TASK OBJECTIVE :: The listing below holds a line with "END-ISO-10303-21;" and a later line with "building model written". Write out those two lines and every line between them, exactly, and nothing else.

┌──

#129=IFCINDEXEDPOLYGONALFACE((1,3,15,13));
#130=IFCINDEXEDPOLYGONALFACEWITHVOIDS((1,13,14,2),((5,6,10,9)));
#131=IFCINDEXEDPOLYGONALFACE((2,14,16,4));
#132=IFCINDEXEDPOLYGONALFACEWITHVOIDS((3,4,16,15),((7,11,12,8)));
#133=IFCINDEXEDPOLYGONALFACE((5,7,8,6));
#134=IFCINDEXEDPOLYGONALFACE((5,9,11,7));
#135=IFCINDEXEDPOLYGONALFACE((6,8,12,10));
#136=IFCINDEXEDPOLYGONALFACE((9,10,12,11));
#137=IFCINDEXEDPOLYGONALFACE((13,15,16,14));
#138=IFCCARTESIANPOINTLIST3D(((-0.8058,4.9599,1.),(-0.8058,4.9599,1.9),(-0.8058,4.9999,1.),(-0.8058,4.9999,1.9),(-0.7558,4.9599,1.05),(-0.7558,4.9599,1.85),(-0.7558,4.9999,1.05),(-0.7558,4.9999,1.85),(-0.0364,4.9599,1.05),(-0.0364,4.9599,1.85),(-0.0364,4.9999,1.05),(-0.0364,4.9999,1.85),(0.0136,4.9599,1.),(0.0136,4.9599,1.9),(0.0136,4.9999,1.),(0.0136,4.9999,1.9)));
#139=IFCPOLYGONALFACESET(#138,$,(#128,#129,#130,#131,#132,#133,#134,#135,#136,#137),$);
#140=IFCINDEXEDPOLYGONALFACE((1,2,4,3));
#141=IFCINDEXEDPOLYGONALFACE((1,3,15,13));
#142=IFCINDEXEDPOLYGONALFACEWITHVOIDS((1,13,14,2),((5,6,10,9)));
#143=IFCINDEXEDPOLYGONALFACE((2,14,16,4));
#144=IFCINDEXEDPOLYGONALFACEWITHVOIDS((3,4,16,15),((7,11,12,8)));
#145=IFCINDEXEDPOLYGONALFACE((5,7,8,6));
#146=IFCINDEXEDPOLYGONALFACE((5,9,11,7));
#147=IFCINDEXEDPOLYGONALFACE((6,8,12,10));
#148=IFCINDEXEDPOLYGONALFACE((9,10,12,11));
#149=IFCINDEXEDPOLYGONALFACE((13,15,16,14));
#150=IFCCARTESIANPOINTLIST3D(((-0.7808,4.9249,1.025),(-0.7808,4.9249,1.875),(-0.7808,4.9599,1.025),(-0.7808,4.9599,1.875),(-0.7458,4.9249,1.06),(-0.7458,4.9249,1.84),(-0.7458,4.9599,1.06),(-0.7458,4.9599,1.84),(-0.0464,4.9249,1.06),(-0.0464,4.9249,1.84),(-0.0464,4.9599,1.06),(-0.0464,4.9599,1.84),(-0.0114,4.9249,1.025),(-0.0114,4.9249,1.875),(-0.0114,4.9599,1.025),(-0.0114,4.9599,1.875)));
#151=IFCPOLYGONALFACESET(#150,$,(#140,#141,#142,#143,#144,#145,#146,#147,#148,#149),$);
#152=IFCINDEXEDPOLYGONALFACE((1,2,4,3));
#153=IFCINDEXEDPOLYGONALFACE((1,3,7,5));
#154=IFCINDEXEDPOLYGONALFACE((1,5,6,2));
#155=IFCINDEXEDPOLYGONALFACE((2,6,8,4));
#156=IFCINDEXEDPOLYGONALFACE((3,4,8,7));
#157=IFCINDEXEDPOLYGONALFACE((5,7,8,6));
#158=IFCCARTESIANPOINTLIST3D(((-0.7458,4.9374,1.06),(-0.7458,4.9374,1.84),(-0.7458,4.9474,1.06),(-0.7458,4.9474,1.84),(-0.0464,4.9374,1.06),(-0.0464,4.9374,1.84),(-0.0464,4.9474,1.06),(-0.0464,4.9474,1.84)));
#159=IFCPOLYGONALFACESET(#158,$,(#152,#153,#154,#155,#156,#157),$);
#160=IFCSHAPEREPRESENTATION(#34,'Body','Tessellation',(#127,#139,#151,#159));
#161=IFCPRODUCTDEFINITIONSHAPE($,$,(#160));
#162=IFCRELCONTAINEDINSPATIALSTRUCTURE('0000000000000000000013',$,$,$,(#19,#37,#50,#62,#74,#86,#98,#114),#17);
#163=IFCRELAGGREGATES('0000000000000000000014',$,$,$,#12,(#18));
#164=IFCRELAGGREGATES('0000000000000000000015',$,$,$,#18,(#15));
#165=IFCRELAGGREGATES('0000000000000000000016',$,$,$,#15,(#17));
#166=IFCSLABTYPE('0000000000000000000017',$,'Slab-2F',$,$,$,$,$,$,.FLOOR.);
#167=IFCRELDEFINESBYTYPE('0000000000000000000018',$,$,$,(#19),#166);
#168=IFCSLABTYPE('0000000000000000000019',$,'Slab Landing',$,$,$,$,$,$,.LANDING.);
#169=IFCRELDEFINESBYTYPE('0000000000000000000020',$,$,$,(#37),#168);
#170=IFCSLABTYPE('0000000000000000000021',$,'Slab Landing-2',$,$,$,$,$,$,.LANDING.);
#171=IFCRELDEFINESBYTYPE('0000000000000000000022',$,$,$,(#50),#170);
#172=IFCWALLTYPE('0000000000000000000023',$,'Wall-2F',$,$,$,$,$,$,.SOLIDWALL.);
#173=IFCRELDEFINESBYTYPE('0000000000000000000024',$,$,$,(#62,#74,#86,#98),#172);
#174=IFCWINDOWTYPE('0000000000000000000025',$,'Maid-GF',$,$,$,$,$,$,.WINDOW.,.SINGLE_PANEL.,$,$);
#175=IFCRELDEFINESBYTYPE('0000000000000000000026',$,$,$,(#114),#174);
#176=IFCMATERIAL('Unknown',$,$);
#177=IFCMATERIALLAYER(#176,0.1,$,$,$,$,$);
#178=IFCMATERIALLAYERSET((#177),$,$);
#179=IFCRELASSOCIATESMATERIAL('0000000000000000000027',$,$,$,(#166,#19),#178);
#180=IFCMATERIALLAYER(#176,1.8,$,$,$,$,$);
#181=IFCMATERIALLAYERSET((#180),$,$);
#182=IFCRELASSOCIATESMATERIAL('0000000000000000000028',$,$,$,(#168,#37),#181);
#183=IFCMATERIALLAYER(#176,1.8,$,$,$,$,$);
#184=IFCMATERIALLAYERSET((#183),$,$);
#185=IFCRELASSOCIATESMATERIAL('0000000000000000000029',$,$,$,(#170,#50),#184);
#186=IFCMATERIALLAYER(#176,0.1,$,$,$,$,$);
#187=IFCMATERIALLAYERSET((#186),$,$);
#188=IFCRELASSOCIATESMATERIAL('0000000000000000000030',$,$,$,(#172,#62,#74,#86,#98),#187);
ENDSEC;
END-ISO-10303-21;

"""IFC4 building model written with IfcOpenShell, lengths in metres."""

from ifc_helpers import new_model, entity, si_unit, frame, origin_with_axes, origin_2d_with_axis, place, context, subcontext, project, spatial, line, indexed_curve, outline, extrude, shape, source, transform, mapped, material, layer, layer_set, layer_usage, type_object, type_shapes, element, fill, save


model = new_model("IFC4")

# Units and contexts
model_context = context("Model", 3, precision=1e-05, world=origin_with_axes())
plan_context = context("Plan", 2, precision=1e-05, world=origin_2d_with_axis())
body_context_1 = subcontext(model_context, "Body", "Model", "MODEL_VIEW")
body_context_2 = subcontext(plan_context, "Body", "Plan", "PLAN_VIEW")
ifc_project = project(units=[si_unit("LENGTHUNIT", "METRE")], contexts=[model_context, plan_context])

└──

EXPECTED ANSWER ::
END-ISO-10303-21;

"""IFC4 building model written with IfcOpenShell, lengths in metres."""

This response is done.